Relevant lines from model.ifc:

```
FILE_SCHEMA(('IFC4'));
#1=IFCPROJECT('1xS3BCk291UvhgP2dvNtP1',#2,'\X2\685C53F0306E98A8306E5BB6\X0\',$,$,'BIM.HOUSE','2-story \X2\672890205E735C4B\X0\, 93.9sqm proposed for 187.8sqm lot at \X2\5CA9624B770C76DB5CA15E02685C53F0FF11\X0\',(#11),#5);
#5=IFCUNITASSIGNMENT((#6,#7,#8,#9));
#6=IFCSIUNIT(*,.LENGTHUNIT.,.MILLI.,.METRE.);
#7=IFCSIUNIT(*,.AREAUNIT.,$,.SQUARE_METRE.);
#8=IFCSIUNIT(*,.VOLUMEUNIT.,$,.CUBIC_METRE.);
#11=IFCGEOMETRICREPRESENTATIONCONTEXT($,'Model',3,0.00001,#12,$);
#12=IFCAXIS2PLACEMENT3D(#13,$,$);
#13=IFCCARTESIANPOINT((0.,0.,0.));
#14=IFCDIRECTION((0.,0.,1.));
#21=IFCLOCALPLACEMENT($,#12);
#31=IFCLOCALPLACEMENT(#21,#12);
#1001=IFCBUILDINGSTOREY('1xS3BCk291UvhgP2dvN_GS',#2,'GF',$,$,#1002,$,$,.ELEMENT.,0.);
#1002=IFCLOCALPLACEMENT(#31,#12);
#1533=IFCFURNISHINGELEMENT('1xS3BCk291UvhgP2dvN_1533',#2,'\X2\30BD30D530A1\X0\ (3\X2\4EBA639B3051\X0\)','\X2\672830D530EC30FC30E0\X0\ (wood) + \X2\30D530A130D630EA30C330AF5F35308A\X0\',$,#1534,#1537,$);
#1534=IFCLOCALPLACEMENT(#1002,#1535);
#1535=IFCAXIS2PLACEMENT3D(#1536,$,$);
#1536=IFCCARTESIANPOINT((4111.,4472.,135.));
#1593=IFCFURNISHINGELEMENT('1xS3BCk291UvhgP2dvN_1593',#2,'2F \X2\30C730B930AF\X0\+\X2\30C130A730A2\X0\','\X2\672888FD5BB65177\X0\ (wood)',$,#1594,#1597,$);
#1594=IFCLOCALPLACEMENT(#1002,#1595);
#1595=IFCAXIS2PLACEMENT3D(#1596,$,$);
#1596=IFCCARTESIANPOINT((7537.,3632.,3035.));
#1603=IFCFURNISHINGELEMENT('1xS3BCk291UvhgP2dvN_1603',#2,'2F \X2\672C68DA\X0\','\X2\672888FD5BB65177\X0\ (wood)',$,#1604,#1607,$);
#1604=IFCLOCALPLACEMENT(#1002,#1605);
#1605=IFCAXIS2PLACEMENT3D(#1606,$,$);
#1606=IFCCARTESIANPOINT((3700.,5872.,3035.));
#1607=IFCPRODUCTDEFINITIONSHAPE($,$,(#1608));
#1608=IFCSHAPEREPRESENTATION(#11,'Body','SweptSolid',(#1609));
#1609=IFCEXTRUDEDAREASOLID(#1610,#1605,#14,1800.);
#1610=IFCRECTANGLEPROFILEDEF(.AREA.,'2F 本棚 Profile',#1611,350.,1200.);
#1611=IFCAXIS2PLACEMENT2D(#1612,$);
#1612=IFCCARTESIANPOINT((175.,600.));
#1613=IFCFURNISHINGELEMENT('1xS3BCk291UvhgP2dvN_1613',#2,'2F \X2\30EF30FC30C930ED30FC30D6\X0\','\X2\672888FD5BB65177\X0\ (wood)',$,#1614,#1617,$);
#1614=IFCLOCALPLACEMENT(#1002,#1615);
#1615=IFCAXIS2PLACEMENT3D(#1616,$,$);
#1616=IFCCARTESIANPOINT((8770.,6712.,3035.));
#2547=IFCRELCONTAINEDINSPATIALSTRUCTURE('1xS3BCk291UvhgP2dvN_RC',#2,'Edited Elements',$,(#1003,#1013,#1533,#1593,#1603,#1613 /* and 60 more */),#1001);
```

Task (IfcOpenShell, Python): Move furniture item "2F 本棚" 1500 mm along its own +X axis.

```python
import ifcopenshell
import ifcopenshell.api.geometry
import ifcopenshell.util.placement

model = ifcopenshell.open("model.ifc")

item = model.by_guid("1xS3BCk291UvhgP2dvN_1603")
matrix = ifcopenshell.util.placement.get_local_placement(item.ObjectPlacement)
matrix[:3, 3] += matrix[:3, 0] * 1500.0
ifcopenshell.api.geometry.edit_object_placement(model, product=item, matrix=matrix, is_si=False)

print(ifcopenshell.util.placement.get_local_placement(item.ObjectPlacement).round(3) + 0.0)

model.write("model_updated.ifc")
```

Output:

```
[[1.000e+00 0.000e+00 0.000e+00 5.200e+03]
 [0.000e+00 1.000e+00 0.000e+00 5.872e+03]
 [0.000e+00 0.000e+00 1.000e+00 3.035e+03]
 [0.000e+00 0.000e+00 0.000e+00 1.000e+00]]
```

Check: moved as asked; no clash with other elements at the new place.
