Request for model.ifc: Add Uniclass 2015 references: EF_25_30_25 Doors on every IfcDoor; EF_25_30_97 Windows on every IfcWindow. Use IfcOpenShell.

First a look at what the model holds.

```python
import ifcopenshell

model = ifcopenshell.open("model.ifc")
print(model.schema)
print("classifications:", [c.Name for c in model.by_type("IfcClassification")])
for ifc_class in ("IfcDoor", "IfcRoof", "IfcStair", "IfcWall", "IfcWindow"):
    print(ifc_class, len(model.by_type(ifc_class)))
```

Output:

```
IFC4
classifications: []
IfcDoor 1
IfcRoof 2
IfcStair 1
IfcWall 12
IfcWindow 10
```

```python
import ifcopenshell
import ifcopenshell.api.classification

model = ifcopenshell.open("model.ifc")

system = ifcopenshell.api.classification.add_classification(model, classification="Uniclass 2015")

codes = {
    "IfcDoor": ("EF_25_30_25", "Doors"),
    "IfcWindow": ("EF_25_30_97", "Windows"),
}
for ifc_class, (code, name) in codes.items():
    products = model.by_type(ifc_class)
    ifcopenshell.api.classification.add_reference(
        model, products=products, classification=system, identification=code, name=name
    )
    print(code, len(products))

model.write("model_rev.ifc")
```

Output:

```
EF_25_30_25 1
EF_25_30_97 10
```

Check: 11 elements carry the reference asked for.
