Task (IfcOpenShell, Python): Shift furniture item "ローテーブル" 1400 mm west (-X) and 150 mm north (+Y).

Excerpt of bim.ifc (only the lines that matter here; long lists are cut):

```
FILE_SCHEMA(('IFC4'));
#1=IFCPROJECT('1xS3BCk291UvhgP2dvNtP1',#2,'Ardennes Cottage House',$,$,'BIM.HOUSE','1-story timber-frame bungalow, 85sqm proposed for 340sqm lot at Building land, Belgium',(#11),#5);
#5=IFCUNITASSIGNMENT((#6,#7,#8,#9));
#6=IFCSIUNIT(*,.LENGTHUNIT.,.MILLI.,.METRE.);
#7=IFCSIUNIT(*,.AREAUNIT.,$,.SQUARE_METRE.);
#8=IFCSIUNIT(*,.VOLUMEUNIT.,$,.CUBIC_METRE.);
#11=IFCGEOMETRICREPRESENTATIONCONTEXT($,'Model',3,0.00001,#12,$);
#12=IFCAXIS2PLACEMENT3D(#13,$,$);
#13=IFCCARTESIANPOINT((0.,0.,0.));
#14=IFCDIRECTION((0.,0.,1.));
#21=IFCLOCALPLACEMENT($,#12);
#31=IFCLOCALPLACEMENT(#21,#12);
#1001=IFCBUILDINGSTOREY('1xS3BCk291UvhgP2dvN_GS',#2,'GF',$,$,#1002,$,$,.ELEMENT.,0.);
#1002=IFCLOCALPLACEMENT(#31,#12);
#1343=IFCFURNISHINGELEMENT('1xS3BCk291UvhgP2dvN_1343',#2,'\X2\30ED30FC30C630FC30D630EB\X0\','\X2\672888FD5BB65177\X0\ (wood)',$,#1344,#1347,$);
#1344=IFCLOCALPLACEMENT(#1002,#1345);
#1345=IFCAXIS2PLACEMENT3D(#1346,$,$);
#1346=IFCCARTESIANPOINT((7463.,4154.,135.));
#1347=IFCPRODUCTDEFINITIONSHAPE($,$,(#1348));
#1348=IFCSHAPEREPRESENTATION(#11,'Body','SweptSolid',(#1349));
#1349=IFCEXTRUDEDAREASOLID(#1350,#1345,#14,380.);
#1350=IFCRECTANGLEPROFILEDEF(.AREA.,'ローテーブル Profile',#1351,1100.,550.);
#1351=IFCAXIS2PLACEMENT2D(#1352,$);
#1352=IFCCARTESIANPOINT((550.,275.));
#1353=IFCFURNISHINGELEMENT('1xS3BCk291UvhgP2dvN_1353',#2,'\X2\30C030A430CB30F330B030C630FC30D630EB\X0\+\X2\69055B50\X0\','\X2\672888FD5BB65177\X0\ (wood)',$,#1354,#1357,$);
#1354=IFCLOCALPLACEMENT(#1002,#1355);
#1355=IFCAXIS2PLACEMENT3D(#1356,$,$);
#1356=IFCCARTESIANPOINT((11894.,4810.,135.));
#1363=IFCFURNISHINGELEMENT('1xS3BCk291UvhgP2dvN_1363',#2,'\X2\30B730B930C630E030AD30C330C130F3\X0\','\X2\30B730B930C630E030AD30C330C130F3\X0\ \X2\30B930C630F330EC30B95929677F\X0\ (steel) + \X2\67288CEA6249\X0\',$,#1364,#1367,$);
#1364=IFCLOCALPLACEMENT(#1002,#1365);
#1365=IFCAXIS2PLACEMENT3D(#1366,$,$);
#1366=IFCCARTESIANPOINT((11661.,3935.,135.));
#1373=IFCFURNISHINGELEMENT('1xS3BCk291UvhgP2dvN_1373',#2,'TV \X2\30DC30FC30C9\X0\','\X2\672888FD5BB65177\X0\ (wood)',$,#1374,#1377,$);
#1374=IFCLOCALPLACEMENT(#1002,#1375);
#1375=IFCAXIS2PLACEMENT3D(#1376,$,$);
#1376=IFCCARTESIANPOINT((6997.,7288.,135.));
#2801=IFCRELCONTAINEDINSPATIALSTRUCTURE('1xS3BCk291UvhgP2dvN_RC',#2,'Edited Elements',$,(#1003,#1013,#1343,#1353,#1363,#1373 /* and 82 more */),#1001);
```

```python
import ifcopenshell
import ifcopenshell.api.geometry
import ifcopenshell.util.placement
import ifcopenshell.util.unit

model = ifcopenshell.open("bim.ifc")
unit_scale = ifcopenshell.util.unit.calculate_unit_scale(model)

item = model.by_guid("1xS3BCk291UvhgP2dvN_1343")
matrix = ifcopenshell.util.placement.get_local_placement(item.ObjectPlacement)
matrix[0, 3] -= 1.4 / unit_scale
matrix[1, 3] += 0.15 / unit_scale
ifcopenshell.api.geometry.edit_object_placement(model, product=item, matrix=matrix, is_si=False)

print(ifcopenshell.util.placement.get_local_placement(item.ObjectPlacement).round(3) + 0.0)

model.write("bim-out.ifc")
```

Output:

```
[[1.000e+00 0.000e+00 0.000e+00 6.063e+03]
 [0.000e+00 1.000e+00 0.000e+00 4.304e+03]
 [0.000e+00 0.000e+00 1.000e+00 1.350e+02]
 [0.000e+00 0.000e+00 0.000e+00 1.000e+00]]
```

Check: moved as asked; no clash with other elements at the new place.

------------------------

Only the lines above that hold "more" are wanted. Show every one of them.

== TASK RESPONSE ==
#2547=IFCRELCONTAINEDINSPATIALSTRUCTURE('1xS3BCk291UvhgP2dvN_RC',#2,'Edited Elements',$,(#1003,#1013,#1533,#1593,#1603,#1613 /* and 60 more */),#1001);
#2801=IFCRELCONTAINEDINSPATIALSTRUCTURE('1xS3BCk291UvhgP2dvN_RC',#2,'Edited Elements',$,(#1003,#1013,#1343,#1353,#1363,#1373 /* and 82 more */),#1001);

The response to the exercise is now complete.